(PROVIDED INFORMATION begins)
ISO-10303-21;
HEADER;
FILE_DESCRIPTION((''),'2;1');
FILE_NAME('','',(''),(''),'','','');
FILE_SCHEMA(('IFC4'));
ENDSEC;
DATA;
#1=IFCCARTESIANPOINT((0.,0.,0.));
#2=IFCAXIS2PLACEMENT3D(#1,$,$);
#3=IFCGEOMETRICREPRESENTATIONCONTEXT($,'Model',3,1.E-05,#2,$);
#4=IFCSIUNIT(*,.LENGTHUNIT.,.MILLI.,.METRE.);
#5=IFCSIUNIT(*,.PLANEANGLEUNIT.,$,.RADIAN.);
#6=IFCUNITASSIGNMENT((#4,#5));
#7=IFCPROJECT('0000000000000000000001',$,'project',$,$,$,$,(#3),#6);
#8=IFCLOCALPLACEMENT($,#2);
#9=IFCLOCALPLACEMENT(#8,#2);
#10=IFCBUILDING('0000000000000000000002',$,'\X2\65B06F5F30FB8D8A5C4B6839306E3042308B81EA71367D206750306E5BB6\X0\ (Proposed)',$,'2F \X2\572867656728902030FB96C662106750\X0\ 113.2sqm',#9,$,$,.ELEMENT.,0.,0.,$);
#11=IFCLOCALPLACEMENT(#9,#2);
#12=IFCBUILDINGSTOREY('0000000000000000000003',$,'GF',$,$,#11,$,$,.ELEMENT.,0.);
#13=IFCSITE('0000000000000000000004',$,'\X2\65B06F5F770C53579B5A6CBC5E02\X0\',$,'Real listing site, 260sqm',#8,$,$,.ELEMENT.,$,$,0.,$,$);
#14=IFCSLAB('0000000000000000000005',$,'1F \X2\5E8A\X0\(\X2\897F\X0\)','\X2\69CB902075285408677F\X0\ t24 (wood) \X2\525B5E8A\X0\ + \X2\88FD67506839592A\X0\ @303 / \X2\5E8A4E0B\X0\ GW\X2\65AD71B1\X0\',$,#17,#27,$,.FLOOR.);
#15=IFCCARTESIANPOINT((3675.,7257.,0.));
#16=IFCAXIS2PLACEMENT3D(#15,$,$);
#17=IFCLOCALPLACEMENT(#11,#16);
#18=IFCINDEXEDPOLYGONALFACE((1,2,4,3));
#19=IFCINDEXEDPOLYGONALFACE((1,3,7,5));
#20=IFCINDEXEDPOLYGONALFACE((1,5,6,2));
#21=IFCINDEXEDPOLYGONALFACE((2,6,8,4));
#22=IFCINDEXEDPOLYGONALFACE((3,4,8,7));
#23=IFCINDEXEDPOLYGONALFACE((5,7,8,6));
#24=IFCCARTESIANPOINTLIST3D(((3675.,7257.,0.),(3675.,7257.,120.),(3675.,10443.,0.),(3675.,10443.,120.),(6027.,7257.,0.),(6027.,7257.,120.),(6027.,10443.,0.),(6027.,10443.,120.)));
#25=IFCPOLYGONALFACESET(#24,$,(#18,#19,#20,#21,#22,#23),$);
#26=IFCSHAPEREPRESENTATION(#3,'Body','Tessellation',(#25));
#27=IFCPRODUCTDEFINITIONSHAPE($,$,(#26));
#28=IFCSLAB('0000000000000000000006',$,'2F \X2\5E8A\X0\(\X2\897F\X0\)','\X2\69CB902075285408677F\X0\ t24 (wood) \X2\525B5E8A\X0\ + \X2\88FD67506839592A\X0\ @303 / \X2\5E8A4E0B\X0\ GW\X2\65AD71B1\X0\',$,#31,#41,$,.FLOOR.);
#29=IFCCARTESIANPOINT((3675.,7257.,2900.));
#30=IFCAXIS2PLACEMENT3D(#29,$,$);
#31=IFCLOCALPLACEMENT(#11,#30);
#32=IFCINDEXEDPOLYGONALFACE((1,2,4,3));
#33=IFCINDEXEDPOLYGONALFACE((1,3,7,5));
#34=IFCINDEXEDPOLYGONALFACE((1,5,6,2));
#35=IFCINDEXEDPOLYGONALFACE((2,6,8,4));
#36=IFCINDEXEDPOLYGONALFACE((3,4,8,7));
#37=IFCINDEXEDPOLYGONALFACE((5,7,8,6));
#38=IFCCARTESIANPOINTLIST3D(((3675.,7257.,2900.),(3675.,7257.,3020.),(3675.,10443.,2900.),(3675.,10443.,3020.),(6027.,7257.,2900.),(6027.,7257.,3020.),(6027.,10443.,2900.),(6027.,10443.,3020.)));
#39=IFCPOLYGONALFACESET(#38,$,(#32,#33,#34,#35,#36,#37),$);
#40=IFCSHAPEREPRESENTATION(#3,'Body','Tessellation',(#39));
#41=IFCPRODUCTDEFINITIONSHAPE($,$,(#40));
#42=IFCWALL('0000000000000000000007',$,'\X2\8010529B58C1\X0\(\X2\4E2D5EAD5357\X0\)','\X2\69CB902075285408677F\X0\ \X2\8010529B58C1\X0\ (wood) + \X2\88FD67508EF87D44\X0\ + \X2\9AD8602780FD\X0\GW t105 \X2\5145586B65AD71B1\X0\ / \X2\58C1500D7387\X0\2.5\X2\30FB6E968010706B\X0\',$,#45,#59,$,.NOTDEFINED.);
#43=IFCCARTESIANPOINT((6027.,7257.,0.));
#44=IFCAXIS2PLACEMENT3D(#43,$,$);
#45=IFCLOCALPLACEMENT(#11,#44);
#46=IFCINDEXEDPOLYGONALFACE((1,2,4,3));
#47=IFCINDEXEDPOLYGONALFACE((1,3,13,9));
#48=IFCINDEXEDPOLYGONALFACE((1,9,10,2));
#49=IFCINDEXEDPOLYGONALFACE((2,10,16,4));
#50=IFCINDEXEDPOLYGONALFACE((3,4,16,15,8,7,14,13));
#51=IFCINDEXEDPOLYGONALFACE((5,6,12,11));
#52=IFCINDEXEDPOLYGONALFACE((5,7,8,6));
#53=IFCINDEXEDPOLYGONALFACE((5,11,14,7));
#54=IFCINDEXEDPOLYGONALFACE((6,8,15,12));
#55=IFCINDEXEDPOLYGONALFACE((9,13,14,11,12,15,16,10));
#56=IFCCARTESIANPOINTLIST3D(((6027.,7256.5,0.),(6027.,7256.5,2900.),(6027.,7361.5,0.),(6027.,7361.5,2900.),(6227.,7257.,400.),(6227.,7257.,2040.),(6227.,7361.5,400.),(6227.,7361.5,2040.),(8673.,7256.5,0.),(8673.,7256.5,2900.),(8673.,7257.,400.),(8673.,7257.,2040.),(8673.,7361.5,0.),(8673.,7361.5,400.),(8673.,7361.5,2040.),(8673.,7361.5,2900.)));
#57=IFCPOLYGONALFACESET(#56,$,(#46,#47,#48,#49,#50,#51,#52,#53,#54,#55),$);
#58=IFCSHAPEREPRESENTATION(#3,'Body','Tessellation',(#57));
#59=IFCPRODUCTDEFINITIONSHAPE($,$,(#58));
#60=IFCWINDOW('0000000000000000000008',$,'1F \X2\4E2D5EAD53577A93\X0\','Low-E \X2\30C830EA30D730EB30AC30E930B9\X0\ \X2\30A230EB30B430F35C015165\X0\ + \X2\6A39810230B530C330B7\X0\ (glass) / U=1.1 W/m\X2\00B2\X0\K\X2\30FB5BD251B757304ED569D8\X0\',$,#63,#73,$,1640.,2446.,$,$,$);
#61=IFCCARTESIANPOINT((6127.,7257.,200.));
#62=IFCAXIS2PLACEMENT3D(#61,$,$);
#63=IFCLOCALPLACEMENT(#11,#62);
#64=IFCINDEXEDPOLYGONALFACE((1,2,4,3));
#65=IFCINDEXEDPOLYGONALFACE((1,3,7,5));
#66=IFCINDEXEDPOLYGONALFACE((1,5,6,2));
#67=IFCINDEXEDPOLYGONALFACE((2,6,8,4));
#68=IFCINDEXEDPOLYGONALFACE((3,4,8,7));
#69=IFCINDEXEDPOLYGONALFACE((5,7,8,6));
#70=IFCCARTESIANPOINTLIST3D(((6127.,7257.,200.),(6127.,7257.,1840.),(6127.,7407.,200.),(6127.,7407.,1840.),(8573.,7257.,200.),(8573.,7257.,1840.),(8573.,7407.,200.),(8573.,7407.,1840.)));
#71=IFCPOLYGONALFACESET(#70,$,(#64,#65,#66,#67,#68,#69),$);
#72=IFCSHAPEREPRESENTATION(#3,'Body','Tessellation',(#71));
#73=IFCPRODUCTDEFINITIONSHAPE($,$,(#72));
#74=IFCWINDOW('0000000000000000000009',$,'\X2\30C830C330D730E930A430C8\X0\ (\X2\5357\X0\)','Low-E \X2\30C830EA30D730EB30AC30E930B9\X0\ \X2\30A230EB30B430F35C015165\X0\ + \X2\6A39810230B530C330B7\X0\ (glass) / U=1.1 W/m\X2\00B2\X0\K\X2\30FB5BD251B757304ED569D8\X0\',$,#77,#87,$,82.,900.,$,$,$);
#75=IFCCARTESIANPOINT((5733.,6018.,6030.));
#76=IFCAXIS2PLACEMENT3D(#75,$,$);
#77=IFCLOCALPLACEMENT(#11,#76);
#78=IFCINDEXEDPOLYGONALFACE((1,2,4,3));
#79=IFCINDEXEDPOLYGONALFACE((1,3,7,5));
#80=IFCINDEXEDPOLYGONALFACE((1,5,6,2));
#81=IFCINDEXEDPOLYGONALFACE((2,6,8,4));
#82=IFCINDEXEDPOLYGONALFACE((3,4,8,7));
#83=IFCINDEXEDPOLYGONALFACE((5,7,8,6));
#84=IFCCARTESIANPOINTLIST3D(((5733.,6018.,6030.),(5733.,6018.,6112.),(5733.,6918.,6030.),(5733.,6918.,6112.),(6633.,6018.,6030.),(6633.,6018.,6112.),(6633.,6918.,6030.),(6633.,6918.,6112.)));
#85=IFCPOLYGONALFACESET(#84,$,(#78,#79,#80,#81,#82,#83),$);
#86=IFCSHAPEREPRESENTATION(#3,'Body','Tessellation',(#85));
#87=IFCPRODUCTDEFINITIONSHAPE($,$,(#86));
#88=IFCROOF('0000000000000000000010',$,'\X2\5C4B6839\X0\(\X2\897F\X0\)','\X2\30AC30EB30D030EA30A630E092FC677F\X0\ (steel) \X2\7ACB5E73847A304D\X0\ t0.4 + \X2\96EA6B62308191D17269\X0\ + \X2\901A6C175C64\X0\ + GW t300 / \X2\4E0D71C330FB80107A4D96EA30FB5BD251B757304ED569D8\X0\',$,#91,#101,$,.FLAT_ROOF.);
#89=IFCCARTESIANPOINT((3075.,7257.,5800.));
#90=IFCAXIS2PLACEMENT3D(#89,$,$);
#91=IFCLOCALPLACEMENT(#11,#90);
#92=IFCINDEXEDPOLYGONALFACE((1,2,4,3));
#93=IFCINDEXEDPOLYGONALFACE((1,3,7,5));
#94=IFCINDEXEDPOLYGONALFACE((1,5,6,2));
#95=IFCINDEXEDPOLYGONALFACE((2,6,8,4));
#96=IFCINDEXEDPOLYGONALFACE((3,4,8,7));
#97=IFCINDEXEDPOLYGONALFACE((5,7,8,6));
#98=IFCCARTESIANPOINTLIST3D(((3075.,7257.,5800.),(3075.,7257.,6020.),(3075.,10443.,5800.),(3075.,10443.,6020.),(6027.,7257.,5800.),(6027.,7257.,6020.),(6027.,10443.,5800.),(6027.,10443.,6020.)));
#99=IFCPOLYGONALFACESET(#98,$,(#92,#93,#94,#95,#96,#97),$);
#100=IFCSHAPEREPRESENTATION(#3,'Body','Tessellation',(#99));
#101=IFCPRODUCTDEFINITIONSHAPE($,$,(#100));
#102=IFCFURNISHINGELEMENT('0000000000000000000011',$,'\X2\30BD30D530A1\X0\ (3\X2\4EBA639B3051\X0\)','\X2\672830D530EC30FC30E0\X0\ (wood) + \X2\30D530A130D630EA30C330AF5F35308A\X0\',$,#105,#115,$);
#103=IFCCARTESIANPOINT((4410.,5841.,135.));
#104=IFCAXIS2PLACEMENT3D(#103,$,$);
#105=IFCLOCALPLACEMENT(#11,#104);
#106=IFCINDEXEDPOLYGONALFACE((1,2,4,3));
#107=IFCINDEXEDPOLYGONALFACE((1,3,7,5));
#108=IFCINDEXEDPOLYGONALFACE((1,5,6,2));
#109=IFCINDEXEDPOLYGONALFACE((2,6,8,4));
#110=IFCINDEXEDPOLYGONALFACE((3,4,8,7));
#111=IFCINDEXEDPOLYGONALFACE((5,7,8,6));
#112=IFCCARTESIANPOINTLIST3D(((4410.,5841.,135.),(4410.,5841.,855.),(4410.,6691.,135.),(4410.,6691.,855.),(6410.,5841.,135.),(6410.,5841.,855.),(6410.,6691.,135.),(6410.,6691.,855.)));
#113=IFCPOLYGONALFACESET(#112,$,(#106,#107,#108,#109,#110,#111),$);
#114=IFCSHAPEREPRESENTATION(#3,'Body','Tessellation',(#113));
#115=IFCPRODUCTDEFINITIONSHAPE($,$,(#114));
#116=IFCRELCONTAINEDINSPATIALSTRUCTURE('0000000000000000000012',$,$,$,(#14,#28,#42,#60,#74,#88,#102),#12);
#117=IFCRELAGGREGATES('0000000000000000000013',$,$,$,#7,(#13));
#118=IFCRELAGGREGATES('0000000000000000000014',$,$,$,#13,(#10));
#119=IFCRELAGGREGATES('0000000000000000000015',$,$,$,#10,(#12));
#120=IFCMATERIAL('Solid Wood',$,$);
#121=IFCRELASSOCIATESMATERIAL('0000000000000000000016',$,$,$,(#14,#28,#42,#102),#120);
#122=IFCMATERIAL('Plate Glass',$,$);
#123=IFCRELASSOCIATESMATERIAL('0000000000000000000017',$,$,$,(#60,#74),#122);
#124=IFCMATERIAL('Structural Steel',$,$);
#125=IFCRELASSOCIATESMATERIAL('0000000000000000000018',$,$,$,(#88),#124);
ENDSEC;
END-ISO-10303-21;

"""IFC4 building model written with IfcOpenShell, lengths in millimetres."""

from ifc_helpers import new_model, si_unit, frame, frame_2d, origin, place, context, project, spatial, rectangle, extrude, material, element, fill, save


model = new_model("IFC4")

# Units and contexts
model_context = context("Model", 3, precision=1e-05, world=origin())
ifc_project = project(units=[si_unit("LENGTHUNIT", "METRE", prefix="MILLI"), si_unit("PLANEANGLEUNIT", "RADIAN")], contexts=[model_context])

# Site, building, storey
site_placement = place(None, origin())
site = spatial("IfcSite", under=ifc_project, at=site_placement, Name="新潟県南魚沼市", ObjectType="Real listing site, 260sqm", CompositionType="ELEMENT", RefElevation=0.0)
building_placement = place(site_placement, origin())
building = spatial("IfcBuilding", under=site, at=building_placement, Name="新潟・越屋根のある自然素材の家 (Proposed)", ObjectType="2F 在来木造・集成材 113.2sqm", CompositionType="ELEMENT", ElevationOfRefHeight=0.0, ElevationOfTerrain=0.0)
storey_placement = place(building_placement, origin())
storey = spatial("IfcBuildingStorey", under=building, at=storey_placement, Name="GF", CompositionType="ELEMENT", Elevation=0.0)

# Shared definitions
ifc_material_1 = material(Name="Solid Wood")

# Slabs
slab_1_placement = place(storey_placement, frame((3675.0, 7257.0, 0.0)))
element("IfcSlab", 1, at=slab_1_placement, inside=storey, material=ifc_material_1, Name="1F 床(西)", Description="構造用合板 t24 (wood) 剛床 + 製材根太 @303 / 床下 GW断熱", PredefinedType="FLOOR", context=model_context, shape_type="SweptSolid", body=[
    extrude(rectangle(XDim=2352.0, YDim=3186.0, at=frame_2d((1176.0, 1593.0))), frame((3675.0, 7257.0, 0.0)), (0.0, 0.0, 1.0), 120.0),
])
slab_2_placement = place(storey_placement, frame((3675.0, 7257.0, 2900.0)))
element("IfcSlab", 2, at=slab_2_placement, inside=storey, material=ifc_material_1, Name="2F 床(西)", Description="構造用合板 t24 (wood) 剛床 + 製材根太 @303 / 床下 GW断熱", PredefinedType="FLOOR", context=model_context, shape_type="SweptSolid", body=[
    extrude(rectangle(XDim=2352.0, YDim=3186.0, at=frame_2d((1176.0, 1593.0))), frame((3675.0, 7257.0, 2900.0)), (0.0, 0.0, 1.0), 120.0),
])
(PROVIDED INFORMATION ends)
(PROVIDED INFORMATION begins)
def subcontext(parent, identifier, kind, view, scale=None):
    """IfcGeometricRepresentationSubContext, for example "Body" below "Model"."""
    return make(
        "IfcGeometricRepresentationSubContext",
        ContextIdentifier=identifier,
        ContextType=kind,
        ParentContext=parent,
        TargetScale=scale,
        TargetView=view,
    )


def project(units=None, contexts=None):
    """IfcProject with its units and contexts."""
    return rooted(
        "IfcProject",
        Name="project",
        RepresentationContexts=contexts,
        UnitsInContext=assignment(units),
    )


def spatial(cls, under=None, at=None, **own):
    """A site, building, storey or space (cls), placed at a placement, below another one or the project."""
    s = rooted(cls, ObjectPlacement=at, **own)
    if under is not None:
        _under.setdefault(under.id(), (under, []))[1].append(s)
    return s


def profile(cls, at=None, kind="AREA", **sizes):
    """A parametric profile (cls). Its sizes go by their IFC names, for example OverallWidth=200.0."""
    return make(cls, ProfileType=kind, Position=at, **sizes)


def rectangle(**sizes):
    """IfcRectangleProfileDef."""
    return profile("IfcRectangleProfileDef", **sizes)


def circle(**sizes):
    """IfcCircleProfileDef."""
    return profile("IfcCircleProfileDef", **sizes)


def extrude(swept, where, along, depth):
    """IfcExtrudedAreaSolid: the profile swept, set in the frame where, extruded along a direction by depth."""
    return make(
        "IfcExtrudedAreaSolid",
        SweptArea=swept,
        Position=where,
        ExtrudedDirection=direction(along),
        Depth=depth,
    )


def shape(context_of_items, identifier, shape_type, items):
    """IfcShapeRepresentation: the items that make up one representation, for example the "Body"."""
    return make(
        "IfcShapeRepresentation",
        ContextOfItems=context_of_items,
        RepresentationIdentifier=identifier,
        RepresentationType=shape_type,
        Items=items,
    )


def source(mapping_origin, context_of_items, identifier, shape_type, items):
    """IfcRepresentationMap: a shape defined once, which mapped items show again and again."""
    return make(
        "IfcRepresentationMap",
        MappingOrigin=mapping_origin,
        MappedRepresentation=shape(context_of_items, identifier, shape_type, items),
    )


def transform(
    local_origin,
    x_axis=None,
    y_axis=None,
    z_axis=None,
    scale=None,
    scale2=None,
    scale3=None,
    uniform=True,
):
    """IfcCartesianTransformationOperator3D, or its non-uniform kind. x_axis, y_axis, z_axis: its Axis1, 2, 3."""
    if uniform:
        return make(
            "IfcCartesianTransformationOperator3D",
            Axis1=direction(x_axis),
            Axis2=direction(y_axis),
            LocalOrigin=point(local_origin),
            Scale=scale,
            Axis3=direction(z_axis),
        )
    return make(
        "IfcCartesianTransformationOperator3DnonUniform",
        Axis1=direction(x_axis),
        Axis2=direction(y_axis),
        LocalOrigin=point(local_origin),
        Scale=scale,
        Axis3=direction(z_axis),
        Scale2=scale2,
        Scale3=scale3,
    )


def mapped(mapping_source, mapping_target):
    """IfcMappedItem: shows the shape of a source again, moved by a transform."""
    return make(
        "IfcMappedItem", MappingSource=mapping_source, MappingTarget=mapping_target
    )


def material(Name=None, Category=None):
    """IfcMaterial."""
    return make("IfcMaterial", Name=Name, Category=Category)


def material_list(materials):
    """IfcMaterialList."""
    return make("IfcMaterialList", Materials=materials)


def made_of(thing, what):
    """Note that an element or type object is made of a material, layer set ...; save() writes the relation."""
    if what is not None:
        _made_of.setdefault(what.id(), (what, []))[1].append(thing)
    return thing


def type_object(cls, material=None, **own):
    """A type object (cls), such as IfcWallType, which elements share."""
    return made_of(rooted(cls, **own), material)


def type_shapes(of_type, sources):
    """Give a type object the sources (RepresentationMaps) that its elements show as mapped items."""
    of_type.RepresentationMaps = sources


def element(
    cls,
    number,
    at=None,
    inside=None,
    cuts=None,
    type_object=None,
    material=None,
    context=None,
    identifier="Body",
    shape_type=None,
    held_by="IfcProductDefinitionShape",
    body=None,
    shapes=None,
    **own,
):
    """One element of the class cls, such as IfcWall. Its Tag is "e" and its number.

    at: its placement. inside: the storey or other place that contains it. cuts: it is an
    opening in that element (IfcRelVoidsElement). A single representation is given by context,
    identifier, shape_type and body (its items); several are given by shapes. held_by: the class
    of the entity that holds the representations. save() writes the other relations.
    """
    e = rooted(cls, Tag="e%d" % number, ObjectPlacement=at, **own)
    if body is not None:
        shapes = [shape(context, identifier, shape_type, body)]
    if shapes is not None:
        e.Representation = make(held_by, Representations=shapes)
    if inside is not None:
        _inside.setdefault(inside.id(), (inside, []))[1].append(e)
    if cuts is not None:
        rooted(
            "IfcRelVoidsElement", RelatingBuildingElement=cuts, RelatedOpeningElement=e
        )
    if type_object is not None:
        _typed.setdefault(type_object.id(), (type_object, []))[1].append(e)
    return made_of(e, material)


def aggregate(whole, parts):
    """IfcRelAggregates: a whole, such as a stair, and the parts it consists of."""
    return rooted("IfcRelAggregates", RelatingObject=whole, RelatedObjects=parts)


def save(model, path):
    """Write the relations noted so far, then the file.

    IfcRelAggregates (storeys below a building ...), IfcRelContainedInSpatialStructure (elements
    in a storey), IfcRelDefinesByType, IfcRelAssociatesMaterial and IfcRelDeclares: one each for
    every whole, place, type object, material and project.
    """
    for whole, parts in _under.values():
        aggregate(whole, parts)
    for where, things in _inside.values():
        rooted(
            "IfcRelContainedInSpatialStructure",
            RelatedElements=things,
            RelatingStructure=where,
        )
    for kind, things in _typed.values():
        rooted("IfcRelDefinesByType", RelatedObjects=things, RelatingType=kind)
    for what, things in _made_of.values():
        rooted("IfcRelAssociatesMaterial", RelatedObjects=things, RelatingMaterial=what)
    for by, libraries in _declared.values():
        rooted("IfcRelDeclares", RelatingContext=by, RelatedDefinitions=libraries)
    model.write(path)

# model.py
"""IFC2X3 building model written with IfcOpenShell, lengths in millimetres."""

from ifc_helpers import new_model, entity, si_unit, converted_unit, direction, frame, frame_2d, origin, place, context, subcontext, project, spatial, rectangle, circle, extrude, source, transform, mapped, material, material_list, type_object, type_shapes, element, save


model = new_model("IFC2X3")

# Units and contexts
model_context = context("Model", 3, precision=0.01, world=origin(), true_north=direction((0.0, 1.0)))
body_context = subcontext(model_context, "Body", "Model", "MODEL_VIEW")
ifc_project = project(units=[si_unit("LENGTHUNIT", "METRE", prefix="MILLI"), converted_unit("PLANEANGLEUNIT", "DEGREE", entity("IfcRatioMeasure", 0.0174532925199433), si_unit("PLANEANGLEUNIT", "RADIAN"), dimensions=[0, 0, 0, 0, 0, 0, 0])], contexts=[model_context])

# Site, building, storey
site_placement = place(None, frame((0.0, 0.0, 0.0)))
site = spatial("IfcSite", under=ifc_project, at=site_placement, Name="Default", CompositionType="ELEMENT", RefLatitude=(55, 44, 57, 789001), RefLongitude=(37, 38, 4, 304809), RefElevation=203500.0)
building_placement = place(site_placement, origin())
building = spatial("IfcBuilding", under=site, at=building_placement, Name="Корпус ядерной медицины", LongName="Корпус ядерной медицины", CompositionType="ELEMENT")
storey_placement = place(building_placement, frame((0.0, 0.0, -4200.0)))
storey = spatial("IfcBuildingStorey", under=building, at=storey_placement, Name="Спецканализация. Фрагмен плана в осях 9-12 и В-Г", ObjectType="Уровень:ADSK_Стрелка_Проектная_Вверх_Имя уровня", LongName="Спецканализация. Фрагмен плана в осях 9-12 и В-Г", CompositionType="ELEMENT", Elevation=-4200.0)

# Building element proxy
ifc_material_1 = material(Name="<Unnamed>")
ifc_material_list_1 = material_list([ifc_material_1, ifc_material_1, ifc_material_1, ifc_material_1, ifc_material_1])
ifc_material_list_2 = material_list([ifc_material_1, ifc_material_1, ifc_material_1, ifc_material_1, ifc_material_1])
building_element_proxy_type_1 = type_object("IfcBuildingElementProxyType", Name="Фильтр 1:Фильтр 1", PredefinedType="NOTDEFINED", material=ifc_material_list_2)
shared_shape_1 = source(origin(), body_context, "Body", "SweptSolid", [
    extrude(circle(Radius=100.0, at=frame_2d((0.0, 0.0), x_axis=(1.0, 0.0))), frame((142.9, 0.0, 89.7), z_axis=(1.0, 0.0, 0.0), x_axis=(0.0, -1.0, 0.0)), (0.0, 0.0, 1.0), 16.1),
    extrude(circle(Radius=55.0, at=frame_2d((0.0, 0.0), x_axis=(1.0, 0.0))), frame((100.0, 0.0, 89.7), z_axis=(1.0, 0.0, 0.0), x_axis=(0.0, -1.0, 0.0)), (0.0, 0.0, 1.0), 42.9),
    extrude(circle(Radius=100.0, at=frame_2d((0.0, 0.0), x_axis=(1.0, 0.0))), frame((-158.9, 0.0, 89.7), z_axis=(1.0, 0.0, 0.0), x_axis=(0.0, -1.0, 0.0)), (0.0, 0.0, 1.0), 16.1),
(PROVIDED INFORMATION ends)
• PROBLEM STATEMENT:
Only the lines above starting at the line that holds "#100=IFCSHAPEREPRESENTATION(#3,'Body','Tessellation',(#99));" and ending at the line that holds "#107=IFCINDEXEDPOLYGONALFACE((1,3,7,5));" are to be repeated, exactly and in full.

• EXERCISE SOLUTION:
#100=IFCSHAPEREPRESENTATION(#3,'Body','Tessellation',(#99));
#101=IFCPRODUCTDEFINITIONSHAPE($,$,(#100));
#102=IFCFURNISHINGELEMENT('0000000000000000000011',$,'\X2\30BD30D530A1\X0\ (3\X2\4EBA639B3051\X0\)','\X2\672830D530EC30FC30E0\X0\ (wood) + \X2\30D530A130D630EA30C330AF5F35308A\X0\',$,#105,#115,$);
#103=IFCCARTESIANPOINT((4410.,5841.,135.));
#104=IFCAXIS2PLACEMENT3D(#103,$,$);
#105=IFCLOCALPLACEMENT(#11,#104);
#106=IFCINDEXEDPOLYGONALFACE((1,2,4,3));
#107=IFCINDEXEDPOLYGONALFACE((1,3,7,5));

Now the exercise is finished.